From our analysis of LusHSFs, we assume that these proteins are involved in differential functions in various tissues and under HT-stress induced responses. Since multifunctional HSF proteins have roles in various abiotic-stress tolerance responses3,20, the involvement of LusHSFs in regulating other traits cannot be ignored. Therefore, a comprehensive functional analysis of the LusHSF genes is a prerequisite before harnessing these molecules in any genetic improvement programme. For functional studies on LusHSFs, we were interested in determining the active macro-molecular binding sites on the LusHSF proteins. Computational predictions of the active sites for protein-DNA interactions can considerably reduce the cost and time of functional assays by providing a first-hand functional annotation. These computational predictions can be addressed using information from amino acid sequences or related protein structure models21. Through both the homology model and an amino acid sequence-guided approach, our analysis of the nucleoprotein interaction sites on the interface of LusHSFs aided us in identifying the active amino acid residues that might exert an effect on their functionalities, such as the HT stress response.

Genome editing using the CRISPR/Cas9 system is rapidly emerging as a tool for targeted gene knockout in plants, thus achieving functional analysis in a precise manner and in a rapid time22,23. Nevertheless, the success of CRISPR/Cas9 technology depends primarily on the specificity of the gRNA sequences designed to perform targeted gene-knockouts. CRISPOR is a simple web tool, that permits users to design gRNA for genome-wide CRISPR and saturation screens with information on the possible off-target effects on the genome of interest24. Our screen for gRNA sequences specific to the LusHSF genes produced sequences with minimum possible off-target effects, specifically within sequences adjacent to the PAM. This tool also predicted the gRNA cloning strategy for maximum functionality of the CRISPR system. Genome-wide analysis of a few important gene families, such as the genes controlling fatty acid biosynthesis25, chalcone synthase26, β-galactosidases27, cinnamyl alcohol dehydrogenase (CAD) genes28, NBS-LRR29, aquaporin30, pectinmethylesterases (PME) and pectinmethylesterase inhibitors (PMEI)31, UDP glycosyltransferase (UGT)32 and the dirigent protein family33 were carried out in the flax genome. However, designing the gRNA sequence for functional analysis of these gene families has not been attempted in any of these studies. Our present study, in addition to identifying active protein and DNA binding sites on LusHSF proteins, predicted and designed a number of gRNA sequences with the least off-target effects for functional analysis of the candidate LusHSF genes.

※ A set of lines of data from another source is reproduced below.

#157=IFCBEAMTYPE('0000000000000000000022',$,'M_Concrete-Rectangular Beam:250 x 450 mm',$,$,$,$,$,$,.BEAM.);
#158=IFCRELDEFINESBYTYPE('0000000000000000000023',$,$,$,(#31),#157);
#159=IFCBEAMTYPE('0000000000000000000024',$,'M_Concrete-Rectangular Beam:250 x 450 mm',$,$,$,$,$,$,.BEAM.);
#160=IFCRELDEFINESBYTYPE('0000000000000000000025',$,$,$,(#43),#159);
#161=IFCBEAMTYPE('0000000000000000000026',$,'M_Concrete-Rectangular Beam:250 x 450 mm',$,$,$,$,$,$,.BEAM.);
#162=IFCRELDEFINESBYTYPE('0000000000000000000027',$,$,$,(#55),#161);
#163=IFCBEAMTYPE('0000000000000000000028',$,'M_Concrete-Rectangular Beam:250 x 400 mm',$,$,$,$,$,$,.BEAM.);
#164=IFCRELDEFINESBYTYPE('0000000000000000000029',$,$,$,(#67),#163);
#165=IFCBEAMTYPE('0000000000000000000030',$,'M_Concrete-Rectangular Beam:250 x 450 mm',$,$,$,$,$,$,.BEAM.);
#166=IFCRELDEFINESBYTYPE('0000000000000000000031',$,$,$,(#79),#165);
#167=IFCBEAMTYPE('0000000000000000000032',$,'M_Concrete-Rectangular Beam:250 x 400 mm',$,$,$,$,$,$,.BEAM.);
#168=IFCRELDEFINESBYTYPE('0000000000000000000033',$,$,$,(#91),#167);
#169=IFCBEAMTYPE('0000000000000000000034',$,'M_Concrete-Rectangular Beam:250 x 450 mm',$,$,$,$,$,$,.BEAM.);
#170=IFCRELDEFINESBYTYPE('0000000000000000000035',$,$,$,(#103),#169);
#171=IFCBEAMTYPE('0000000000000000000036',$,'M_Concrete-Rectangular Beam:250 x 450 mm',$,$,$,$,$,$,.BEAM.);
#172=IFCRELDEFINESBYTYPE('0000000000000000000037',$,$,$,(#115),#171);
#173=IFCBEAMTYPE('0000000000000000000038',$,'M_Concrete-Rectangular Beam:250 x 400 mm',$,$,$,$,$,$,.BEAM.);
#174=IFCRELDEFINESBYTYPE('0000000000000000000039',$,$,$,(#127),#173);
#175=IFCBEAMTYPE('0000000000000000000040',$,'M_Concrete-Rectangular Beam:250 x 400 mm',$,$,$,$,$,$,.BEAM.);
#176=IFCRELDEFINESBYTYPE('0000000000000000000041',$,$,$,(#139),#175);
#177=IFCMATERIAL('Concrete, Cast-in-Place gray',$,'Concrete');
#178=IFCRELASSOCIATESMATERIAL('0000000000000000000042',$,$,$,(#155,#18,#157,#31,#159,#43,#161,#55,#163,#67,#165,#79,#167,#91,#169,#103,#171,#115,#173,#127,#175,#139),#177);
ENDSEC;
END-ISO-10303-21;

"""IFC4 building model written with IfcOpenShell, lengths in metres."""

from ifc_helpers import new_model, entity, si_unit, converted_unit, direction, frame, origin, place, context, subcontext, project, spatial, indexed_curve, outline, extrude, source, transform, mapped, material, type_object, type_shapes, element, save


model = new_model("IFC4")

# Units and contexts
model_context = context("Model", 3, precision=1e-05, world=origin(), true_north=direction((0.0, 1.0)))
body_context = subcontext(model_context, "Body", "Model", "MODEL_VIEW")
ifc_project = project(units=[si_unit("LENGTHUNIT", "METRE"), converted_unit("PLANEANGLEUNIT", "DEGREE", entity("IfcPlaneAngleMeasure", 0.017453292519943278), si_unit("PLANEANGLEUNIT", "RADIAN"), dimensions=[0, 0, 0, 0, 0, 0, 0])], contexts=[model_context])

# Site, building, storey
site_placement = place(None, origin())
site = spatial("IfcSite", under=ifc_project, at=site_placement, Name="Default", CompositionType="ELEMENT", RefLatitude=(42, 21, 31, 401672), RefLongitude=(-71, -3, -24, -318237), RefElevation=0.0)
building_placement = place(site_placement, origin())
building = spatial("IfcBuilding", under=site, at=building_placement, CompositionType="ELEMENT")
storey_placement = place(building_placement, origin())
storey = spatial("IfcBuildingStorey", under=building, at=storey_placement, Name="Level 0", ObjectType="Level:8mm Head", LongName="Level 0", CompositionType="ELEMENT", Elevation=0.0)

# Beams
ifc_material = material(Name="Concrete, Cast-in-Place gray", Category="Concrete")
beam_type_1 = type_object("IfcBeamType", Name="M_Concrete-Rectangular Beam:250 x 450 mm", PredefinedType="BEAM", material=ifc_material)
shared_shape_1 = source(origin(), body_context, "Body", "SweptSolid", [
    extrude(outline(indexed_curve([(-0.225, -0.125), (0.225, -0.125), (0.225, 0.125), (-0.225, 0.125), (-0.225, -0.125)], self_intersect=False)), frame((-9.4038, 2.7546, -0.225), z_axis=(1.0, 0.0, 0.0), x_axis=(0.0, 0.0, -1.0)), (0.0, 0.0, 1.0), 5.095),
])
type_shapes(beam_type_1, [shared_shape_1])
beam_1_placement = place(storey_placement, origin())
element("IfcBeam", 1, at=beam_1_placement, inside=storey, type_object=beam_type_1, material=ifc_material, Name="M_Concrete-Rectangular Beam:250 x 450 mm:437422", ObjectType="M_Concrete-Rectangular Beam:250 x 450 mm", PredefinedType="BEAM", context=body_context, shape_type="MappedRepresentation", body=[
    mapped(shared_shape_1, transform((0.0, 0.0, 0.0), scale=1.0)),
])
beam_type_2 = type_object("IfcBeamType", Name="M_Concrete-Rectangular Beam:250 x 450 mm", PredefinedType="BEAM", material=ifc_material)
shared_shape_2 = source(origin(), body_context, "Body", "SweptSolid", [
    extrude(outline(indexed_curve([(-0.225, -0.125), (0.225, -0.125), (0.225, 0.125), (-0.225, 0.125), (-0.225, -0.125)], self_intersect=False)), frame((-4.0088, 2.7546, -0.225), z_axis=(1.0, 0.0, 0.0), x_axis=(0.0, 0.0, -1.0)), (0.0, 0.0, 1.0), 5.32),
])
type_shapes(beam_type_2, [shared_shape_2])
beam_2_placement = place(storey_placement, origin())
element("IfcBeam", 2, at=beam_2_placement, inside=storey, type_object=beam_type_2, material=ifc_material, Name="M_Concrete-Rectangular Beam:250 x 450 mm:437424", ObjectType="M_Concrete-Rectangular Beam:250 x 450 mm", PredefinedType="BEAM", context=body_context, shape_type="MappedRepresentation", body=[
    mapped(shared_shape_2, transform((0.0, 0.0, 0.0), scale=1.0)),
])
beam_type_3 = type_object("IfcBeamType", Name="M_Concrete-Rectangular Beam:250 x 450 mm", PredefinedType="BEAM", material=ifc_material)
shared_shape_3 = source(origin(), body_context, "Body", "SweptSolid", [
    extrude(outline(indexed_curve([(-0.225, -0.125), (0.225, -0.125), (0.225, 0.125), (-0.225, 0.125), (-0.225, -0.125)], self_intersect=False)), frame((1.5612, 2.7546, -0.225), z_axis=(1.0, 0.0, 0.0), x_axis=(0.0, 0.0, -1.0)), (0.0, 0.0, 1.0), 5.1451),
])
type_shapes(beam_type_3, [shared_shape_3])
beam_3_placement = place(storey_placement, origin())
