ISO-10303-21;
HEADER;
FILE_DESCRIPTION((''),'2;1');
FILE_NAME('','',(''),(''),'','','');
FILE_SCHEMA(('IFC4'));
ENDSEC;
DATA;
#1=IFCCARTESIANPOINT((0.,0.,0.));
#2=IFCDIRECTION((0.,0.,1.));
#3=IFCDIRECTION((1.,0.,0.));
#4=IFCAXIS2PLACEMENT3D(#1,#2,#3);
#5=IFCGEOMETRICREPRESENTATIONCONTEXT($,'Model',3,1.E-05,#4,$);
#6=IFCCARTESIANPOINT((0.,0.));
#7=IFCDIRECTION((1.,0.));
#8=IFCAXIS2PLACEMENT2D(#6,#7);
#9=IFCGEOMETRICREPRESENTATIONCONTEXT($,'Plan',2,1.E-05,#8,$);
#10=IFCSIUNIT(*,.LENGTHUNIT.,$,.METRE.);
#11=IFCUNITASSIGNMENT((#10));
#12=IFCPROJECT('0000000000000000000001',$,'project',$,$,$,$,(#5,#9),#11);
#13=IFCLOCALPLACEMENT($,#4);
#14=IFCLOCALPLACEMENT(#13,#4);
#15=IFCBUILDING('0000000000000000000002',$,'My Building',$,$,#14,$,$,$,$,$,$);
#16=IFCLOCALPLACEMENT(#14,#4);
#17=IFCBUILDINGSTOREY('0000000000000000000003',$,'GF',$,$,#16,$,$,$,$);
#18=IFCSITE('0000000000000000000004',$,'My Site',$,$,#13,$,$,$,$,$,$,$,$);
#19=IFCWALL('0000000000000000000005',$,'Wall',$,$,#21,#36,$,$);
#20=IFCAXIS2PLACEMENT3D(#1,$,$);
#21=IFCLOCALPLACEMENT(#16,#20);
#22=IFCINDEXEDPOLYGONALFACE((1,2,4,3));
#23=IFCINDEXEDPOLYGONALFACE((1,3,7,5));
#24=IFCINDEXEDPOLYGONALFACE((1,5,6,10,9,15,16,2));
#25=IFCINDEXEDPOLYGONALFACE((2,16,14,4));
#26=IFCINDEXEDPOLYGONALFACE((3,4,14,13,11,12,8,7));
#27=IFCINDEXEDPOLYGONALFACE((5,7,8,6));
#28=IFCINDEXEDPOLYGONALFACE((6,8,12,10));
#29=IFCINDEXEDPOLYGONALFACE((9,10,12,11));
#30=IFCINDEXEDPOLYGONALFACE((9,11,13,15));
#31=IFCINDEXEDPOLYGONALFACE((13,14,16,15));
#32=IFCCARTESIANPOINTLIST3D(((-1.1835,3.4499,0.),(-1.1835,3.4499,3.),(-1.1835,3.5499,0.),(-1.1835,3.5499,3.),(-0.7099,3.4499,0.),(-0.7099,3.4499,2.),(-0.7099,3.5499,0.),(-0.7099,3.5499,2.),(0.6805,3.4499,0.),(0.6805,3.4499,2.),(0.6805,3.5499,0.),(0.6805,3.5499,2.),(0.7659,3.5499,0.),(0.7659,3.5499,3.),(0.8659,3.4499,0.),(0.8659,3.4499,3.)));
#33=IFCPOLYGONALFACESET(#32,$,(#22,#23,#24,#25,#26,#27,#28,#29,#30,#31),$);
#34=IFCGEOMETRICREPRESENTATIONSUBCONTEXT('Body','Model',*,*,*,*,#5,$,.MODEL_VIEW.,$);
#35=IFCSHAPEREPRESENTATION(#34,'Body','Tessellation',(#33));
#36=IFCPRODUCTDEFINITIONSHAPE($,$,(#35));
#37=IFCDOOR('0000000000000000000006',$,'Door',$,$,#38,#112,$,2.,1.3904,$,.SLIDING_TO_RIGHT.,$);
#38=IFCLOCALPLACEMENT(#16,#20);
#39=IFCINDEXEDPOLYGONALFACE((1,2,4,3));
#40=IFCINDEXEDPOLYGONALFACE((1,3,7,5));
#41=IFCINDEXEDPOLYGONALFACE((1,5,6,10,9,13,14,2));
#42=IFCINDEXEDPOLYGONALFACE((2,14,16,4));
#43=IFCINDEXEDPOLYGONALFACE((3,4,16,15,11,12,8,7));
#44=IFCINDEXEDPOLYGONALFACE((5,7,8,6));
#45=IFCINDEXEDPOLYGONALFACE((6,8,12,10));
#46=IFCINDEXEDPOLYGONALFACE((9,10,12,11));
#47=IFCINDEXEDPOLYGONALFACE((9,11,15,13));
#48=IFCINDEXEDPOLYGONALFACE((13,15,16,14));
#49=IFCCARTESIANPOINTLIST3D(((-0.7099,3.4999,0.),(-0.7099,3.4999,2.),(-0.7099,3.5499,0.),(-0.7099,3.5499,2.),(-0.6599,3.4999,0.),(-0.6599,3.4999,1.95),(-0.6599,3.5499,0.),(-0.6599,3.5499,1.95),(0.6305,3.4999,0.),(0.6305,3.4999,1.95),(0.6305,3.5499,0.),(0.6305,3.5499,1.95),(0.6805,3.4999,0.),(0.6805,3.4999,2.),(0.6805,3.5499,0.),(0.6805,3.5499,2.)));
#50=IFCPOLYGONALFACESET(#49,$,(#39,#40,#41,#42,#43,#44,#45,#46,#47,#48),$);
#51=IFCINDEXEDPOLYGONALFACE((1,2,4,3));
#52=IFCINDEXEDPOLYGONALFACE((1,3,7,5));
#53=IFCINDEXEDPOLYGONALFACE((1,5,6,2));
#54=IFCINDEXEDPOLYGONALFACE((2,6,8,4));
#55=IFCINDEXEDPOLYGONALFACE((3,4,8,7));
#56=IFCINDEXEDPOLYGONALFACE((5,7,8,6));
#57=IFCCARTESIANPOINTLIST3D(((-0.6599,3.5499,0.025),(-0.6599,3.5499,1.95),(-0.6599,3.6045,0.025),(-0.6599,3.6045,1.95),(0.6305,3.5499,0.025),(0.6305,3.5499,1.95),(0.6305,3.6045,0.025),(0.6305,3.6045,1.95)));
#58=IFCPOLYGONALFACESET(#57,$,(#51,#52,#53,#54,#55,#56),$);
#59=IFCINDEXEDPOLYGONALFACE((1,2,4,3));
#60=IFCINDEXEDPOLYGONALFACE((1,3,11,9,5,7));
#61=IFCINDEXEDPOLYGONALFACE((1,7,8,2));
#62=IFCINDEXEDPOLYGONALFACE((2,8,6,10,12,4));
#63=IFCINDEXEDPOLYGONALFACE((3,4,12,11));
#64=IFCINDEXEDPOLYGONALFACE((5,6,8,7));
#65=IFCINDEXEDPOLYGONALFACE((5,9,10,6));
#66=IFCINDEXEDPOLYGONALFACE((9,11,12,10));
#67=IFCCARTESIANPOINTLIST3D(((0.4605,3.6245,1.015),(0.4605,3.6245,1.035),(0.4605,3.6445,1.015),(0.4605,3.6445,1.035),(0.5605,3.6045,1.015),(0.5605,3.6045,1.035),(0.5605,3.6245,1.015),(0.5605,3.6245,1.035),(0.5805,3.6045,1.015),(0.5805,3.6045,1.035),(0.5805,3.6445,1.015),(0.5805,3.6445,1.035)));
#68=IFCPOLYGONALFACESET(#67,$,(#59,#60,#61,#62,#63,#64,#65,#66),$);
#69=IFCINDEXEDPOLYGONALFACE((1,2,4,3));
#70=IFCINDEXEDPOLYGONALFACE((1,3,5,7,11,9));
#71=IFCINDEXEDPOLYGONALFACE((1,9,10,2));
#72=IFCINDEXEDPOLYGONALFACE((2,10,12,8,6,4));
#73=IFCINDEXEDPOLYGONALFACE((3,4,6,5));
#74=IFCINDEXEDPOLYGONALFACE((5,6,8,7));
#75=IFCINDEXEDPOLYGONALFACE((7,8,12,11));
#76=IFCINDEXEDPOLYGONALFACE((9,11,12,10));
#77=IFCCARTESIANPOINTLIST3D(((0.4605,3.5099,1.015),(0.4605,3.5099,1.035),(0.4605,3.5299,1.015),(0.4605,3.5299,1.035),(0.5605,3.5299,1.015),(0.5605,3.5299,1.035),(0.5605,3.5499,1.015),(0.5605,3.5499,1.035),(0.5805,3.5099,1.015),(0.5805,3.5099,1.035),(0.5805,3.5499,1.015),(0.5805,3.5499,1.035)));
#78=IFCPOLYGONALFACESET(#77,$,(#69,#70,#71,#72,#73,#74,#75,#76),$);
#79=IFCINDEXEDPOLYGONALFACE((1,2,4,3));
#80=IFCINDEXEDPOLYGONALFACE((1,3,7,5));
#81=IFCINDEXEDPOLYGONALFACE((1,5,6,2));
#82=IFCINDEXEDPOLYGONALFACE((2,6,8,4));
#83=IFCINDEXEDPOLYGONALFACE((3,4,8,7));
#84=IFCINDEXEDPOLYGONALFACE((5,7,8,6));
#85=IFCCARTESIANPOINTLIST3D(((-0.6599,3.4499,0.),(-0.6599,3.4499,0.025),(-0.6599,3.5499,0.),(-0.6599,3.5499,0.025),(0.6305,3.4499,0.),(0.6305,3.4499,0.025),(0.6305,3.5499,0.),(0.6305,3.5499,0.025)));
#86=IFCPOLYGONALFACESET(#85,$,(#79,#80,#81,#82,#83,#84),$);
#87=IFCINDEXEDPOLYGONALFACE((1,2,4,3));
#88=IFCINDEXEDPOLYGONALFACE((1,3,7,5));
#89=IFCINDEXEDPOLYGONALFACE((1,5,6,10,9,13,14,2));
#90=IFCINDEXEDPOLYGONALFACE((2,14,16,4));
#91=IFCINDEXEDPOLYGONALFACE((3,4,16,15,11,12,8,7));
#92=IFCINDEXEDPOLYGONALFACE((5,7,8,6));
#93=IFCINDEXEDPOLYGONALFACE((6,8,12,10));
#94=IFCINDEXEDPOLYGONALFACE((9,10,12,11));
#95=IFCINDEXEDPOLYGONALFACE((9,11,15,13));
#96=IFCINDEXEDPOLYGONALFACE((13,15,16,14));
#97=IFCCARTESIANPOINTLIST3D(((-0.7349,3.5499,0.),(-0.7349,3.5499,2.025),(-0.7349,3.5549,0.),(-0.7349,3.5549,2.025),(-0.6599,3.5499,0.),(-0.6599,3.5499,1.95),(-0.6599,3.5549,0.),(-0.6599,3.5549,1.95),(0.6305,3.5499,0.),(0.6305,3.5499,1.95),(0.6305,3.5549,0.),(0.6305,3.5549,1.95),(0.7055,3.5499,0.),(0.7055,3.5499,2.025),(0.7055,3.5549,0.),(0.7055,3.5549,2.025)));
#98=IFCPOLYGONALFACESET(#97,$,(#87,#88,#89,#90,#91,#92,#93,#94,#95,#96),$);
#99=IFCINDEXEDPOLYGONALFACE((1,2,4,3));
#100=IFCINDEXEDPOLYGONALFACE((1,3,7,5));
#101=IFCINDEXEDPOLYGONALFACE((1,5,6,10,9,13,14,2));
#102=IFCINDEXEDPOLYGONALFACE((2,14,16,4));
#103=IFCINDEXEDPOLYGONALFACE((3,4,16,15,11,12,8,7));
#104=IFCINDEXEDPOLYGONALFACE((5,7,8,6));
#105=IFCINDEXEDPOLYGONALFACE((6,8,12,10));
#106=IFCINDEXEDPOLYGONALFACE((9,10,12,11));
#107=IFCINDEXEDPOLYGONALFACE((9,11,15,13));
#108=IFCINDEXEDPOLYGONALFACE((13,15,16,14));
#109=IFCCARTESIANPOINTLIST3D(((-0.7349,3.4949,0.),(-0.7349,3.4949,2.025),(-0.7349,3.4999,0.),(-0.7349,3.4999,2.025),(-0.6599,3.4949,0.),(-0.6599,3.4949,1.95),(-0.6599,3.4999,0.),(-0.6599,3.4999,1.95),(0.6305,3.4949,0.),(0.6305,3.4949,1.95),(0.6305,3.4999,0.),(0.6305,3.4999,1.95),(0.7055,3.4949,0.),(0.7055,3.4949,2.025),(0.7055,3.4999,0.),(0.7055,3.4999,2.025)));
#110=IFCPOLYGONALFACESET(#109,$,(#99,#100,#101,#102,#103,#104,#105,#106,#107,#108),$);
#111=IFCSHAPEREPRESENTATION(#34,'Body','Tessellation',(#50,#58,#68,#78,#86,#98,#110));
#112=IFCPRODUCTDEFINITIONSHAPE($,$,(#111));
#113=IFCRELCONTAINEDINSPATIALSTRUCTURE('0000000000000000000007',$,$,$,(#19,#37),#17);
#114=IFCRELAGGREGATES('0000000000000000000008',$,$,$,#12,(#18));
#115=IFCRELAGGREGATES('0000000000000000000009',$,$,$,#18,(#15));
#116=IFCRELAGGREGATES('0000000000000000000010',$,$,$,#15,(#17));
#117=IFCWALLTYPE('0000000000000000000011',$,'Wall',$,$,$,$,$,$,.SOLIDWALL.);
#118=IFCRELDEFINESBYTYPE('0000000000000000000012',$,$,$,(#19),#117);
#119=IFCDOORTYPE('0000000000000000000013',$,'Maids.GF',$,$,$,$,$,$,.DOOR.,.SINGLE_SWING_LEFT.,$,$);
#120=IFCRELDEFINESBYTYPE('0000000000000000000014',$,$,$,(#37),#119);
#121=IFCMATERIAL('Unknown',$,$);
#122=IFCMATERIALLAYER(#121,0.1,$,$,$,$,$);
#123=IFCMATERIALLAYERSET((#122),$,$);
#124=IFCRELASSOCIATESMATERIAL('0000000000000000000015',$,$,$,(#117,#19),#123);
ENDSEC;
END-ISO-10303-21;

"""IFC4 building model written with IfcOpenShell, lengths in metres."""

from ifc_helpers import new_model, entity, si_unit, frame, origin_with_axes, origin_2d_with_axis, place, context, subcontext, project, spatial, line, indexed_curve, outline, extrude, shape, source, transform, mapped, material, layer, layer_set, layer_usage, type_object, type_shapes, element, fill, save


model = new_model("IFC4")

# Units and contexts
model_context = context("Model", 3, precision=1e-05, world=origin_with_axes())
plan_context = context("Plan", 2, precision=1e-05, world=origin_2d_with_axis())
body_context_1 = subcontext(model_context, "Body", "Model", "MODEL_VIEW")
body_context_2 = subcontext(plan_context, "Body", "Plan", "PLAN_VIEW")
ifc_project = project(units=[si_unit("LENGTHUNIT", "METRE")], contexts=[model_context, plan_context])

# Site, building, storey
site_placement = place(None, origin_with_axes())
site = spatial("IfcSite", under=ifc_project, at=site_placement, Name="My Site")
building_placement = place(site_placement, origin_with_axes())
building = spatial("IfcBuilding", under=site, at=building_placement, Name="My Building")
storey_placement = place(building_placement, origin_with_axes())
storey = spatial("IfcBuildingStorey", under=building, at=storey_placement, Name="GF")

# Shared definitions
ifc_material = material(Name="Unknown")

# Shared definitions
ifc_layer_1 = layer(ifc_material, 0.1)
ifc_layer_set_1 = layer_set([ifc_layer_1])
wall_type = type_object("IfcWallType", Name="Wall", PredefinedType="SOLIDWALL", material=ifc_layer_set_1)

# Wall, opening, door
ifc_layer_usage_1 = layer_usage(ifc_layer_set_1, "AXIS2", "POSITIVE", 0.0)
wall_1_placement = place(storey_placement, frame((0.7659, 3.5499, 0.0), z_axis=(0.0, 0.0, 1.0), x_axis=(-1.0, 0.0, 0.0)))
wall_1 = element("IfcWall", 1, at=wall_1_placement, inside=storey, type_object=wall_type, material=ifc_layer_usage_1, Name="Wall", context=body_context_1, shape_type="SweptSolid", body=[
    extrude(outline(indexed_curve([(0.0, 0.0), (-0.1, 0.1), (1.9494, 0.1), (1.9494, 0.0)], segments=[line(1, 2, 3, 4, 1)])), origin_with_axes(), (0.0, 0.0, 1.0), 3.0),
])
shared_shape_1 = source(origin_with_axes(), body_context_1, "Body", "SweptSolid", [
    extrude(outline(indexed_curve([(0.0, 0.0), (1.3904, 0.0), (1.3904, 2.0), (0.0, 2.0)], segments=[line(1, 2, 3, 4, 1)])), frame((0.0, -0.6, 0.0), z_axis=(0.0, -1.0, 0.0), x_axis=(1.0, 0.0, 0.0)), (0.0, 0.0, -1.0), 1.2),
])
opening_1_placement = place(wall_1_placement, frame((0.0853, 0.0, 0.0), z_axis=(0.0, 0.0, 1.0), x_axis=(1.0, 0.0, 0.0)))
opening_1 = element("IfcOpeningElement", 2, at=opening_1_placement, cuts=wall_1, PredefinedType="OPENING", context=body_context_1, shape_type="MappedRepresentation", body=[
    mapped(shared_shape_1, transform((0.0, 0.0, 0.0), x_axis=(1.0, 0.0, 0.0), y_axis=(0.0, 1.0, 0.0), z_axis=(0.0, 0.0, 1.0), scale=1.0)),
])
door_type_1 = type_object("IfcDoorType", Name="Maids.GF", OperationType="SINGLE_SWING_LEFT", PredefinedType="DOOR")
shared_shape_2 = source(origin_with_axes(), body_context_1, "Body", "SweptSolid", [
    extrude(outline(indexed_curve([(0.0, 0.0), (0.0, 2.0), (1.3904, 2.0), (1.3904, 0.0), (1.3404, 0.0), (1.3404, 1.95), (0.05, 1.95), (0.05, 0.0)], segments=[line(1, 2, 3, 4, 5, 6, 7, 8, 1)])), frame((0.0, 0.0, 0.0), z_axis=(0.0, -1.0, 0.0), x_axis=(1.0, 0.0, 0.0)), (0.0, 0.0, -1.0), 0.05),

In summary, we identified 34 LusHSF genes with specific DNA and amino acid sequence features, plotted these genes on flax chromosomes and phylogenetically reconfirmed them into three broad groups and 13 subgroups based on their protein domains. The putative LusHSF paralogues were estimated as a recent gene duplication event than the orthologues in terms of their evolutionary gene family expansion. Functional predictions were based on various abiotic stress-related cis-acting elements detected in the promoter regions of the LusHSFs, the dynamics of digital gene expression patterns in different tissues, and the quantitative expression patterns of these genes under control and HT stress conditions. One of the key findings of the present study embodies the design of gRNAs for individual LusHSFs to promote further functional studies of this important gene family. However, a systematic analysis of gene expression under different temperatures and at different time intervals is imperative to assign a specific role to each candidate LusHSF gene before utilizing this gene resource in the genetic improvement of fibre flax for HT stress tolerance.

Methods

Retrieval and characterization of HSF sequences

Genomic, coding, protein and promoter sequences of the HSF gene family with conserved DBDs (Pfam ID: PF00447) from the L. usitatissimum (cv. CDC Bethune) genome were retrieved from the Phytozome database v12.1 (https://phytozome.jgi.doe.gov/pz/portal.html) using the BioMart tool. The protein sequences were confirmed using the batch search tool of the Hidden Markov Models (HMMs) in the Pfam 31.0 database34 with an E-value threshold of 10−3 and the Simple Modular Architecture Research Tool (SMART) for HSF DBD35. The putative LusHSF genes and their detailed classifications were further identified against the HEATSTER platform20 (http://www.cibiv.at/services/hsf/) and MARCOIL (http://toolkit.tuebingen.mpg.de/marcoil) to determine the presence of coiled-coil structures. The isoelectric point (pI) and molecular weight of LusHSF proteins were estimated from the Compute pI/Mw tool of Expassy36 (http://www.expasy.org/). The grand average of hydropathy (GRAVY) scores, which is based on the hydropathy of all the amino acids of a protein molecule and determines whether a protein is polar or non-polar in nature37, were estimated using the GRAVY calculator (http://www.gravy-calculator.de/). Protein subcellular localization of the LusHSFs were predicted by using WoLF PSORT38 (http://www.genscript.com/wolf-psort.html).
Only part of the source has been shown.